# Work instructions
Give back nothing but the number of lines in these entries that contain the word "IFCQUANTITYVOLUME".

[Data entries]
§
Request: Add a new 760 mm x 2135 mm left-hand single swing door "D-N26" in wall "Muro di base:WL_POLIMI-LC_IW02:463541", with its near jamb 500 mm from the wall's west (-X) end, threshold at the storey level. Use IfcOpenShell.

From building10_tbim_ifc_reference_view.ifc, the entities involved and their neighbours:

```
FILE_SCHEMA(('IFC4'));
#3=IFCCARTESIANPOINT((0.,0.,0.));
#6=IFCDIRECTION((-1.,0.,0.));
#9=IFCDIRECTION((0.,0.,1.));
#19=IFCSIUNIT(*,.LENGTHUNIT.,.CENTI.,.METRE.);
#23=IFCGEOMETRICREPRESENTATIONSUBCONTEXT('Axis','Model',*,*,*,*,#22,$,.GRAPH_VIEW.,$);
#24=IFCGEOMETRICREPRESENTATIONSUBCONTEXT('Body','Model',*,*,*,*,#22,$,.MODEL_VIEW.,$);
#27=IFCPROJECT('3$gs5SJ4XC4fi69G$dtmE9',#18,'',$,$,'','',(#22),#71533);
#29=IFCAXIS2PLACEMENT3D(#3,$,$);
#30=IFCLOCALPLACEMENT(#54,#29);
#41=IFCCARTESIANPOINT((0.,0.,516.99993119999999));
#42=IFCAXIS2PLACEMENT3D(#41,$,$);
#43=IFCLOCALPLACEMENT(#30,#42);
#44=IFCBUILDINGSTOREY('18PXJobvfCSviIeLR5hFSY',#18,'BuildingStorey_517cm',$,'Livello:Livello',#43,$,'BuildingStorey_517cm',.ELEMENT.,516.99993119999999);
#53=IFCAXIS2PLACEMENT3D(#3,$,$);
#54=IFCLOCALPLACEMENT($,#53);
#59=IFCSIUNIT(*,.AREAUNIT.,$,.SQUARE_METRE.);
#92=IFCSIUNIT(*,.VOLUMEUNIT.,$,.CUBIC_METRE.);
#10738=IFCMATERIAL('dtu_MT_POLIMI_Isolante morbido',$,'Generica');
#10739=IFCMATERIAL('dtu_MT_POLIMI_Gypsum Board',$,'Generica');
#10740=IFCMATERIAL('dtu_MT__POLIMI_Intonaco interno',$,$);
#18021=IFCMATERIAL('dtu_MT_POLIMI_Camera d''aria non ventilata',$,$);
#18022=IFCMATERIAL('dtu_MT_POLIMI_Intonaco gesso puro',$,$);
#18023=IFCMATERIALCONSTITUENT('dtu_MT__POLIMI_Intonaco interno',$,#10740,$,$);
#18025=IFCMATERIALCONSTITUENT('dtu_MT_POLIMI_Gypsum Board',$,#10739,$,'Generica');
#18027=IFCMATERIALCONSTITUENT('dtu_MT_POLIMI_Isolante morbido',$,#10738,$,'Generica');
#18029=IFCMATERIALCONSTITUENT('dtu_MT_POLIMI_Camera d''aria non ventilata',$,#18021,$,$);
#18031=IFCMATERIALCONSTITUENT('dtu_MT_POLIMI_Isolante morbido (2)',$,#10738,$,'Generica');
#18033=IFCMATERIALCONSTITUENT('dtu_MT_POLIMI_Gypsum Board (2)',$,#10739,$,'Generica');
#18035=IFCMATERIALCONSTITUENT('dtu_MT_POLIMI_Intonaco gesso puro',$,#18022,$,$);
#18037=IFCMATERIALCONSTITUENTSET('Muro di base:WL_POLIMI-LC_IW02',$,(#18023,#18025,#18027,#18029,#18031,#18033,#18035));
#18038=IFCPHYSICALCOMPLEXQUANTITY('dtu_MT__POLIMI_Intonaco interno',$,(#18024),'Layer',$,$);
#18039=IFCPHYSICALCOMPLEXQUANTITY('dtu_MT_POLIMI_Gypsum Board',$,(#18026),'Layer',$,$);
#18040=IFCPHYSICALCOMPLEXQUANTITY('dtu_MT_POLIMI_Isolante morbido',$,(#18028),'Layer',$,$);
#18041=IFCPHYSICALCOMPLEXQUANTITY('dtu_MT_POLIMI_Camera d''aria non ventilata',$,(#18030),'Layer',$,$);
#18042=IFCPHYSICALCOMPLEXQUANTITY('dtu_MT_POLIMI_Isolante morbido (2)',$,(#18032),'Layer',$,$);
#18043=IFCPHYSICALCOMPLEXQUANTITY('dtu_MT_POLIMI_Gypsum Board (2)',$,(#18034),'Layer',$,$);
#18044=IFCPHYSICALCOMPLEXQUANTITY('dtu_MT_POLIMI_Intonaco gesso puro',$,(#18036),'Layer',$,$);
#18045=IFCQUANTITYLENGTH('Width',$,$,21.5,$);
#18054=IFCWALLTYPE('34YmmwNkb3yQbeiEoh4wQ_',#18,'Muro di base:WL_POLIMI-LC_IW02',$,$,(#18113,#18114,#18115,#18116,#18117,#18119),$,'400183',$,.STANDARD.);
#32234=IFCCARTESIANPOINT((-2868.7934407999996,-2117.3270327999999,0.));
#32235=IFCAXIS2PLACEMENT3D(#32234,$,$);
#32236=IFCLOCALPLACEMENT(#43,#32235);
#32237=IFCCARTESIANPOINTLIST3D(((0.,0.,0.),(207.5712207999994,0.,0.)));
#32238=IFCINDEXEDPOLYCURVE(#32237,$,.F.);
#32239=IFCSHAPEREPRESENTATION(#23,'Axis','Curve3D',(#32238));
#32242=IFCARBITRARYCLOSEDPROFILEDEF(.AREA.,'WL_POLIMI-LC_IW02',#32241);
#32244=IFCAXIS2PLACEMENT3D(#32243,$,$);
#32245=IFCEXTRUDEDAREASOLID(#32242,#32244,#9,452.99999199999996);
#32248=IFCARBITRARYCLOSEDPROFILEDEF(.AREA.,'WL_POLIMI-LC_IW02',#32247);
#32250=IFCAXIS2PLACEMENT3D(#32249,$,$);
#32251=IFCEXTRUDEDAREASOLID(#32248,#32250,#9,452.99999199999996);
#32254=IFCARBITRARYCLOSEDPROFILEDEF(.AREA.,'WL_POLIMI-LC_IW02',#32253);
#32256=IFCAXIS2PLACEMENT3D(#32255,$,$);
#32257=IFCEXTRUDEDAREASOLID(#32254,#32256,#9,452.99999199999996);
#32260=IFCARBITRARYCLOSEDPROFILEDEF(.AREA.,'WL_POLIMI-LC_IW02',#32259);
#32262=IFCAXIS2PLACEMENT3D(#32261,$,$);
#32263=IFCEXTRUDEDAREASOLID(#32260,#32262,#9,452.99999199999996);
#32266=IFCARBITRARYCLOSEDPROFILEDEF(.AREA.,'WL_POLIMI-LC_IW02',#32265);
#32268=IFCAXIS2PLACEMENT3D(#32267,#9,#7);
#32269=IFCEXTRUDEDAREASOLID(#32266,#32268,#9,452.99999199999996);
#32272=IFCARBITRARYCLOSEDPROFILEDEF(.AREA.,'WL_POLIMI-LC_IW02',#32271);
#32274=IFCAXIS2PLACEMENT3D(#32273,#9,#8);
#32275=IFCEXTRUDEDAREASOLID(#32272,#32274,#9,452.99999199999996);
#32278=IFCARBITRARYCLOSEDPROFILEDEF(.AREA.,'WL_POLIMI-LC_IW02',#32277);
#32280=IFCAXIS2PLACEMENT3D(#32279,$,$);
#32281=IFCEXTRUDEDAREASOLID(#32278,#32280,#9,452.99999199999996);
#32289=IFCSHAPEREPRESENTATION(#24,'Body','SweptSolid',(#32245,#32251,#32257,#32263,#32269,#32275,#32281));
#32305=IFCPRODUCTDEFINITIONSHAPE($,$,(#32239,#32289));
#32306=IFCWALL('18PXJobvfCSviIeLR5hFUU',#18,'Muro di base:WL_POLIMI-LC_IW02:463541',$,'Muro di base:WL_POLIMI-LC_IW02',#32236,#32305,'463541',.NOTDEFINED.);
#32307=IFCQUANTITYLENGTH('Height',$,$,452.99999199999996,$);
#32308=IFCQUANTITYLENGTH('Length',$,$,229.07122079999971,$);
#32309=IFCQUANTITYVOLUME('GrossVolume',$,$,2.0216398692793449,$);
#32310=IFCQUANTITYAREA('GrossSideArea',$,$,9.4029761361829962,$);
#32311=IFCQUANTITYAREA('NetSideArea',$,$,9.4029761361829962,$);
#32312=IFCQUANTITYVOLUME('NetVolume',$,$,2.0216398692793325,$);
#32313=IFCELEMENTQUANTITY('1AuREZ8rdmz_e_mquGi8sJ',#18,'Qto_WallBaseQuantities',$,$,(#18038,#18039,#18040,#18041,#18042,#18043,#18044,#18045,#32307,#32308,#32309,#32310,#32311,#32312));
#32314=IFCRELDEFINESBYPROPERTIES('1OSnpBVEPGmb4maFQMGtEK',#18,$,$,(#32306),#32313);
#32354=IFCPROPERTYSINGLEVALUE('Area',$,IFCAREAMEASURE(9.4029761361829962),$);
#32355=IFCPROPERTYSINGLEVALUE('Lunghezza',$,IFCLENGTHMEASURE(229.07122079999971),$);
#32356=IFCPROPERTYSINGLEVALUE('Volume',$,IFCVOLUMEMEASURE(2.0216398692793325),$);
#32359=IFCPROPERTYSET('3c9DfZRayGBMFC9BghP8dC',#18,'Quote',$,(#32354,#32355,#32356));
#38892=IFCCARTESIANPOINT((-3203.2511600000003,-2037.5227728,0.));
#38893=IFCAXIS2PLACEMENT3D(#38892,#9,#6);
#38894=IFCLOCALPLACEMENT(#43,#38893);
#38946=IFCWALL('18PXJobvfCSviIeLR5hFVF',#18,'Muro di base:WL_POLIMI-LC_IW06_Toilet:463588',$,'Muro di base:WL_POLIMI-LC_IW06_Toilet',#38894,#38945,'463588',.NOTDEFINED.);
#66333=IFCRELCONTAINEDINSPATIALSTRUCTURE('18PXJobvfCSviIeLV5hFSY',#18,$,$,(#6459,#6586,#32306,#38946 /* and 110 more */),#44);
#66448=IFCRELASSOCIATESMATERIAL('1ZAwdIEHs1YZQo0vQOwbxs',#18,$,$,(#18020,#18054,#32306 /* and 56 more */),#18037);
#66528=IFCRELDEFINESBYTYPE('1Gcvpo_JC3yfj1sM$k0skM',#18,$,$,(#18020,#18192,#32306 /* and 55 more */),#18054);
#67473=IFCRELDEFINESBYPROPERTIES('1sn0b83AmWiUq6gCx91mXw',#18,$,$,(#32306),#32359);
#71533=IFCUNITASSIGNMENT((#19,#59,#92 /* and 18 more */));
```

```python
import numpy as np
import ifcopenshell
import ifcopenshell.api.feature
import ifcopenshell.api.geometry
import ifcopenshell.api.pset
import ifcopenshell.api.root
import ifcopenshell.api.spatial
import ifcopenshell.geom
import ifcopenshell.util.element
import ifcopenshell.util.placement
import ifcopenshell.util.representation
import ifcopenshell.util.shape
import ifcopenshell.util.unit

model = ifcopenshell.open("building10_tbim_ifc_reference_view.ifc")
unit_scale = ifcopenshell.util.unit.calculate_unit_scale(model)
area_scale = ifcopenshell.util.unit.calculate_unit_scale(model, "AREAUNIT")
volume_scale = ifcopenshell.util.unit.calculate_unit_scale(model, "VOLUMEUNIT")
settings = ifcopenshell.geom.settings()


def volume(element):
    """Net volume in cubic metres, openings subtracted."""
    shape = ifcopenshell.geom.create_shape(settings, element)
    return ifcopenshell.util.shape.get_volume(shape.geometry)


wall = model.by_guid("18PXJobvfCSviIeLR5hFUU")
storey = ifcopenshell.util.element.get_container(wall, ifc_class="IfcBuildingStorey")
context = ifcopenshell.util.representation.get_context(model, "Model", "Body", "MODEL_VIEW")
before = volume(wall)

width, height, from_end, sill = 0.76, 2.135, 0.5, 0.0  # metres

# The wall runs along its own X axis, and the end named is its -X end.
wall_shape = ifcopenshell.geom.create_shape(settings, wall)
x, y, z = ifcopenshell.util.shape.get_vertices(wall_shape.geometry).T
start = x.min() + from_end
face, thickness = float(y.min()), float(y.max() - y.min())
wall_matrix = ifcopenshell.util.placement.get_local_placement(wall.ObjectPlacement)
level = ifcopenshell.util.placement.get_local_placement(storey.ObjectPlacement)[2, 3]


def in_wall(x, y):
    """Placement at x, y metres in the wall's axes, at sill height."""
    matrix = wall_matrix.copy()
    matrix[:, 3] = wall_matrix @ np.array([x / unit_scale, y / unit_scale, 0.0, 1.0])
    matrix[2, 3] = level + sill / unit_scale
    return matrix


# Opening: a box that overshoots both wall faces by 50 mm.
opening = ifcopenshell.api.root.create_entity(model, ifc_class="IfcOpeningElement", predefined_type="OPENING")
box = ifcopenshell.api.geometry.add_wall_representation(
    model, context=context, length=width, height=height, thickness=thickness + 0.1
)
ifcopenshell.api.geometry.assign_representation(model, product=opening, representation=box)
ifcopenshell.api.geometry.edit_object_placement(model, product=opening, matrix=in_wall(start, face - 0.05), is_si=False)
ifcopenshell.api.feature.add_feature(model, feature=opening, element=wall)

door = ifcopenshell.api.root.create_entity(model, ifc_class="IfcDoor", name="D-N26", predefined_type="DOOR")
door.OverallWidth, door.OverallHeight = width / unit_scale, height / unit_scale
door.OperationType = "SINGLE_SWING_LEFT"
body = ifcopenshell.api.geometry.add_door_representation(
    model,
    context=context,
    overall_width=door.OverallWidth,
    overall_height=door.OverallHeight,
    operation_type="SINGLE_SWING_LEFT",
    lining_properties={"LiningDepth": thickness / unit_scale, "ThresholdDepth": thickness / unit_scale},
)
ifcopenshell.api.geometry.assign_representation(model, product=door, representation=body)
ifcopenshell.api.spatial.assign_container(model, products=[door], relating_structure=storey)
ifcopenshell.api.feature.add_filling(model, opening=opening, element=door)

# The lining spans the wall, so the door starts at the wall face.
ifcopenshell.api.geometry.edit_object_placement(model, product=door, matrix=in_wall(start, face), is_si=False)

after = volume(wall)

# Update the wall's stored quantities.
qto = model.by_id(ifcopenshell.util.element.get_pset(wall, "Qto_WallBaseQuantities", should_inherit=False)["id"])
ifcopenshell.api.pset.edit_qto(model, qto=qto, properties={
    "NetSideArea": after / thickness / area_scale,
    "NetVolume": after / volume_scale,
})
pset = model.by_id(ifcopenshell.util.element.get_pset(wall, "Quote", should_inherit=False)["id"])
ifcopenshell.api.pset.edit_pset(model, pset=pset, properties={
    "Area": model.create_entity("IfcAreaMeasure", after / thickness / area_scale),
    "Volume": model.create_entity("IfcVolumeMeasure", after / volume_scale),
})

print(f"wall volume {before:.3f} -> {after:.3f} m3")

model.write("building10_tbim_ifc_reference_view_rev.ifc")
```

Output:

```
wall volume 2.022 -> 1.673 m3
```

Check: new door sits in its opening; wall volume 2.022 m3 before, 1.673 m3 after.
§
# Solution to the exercise
2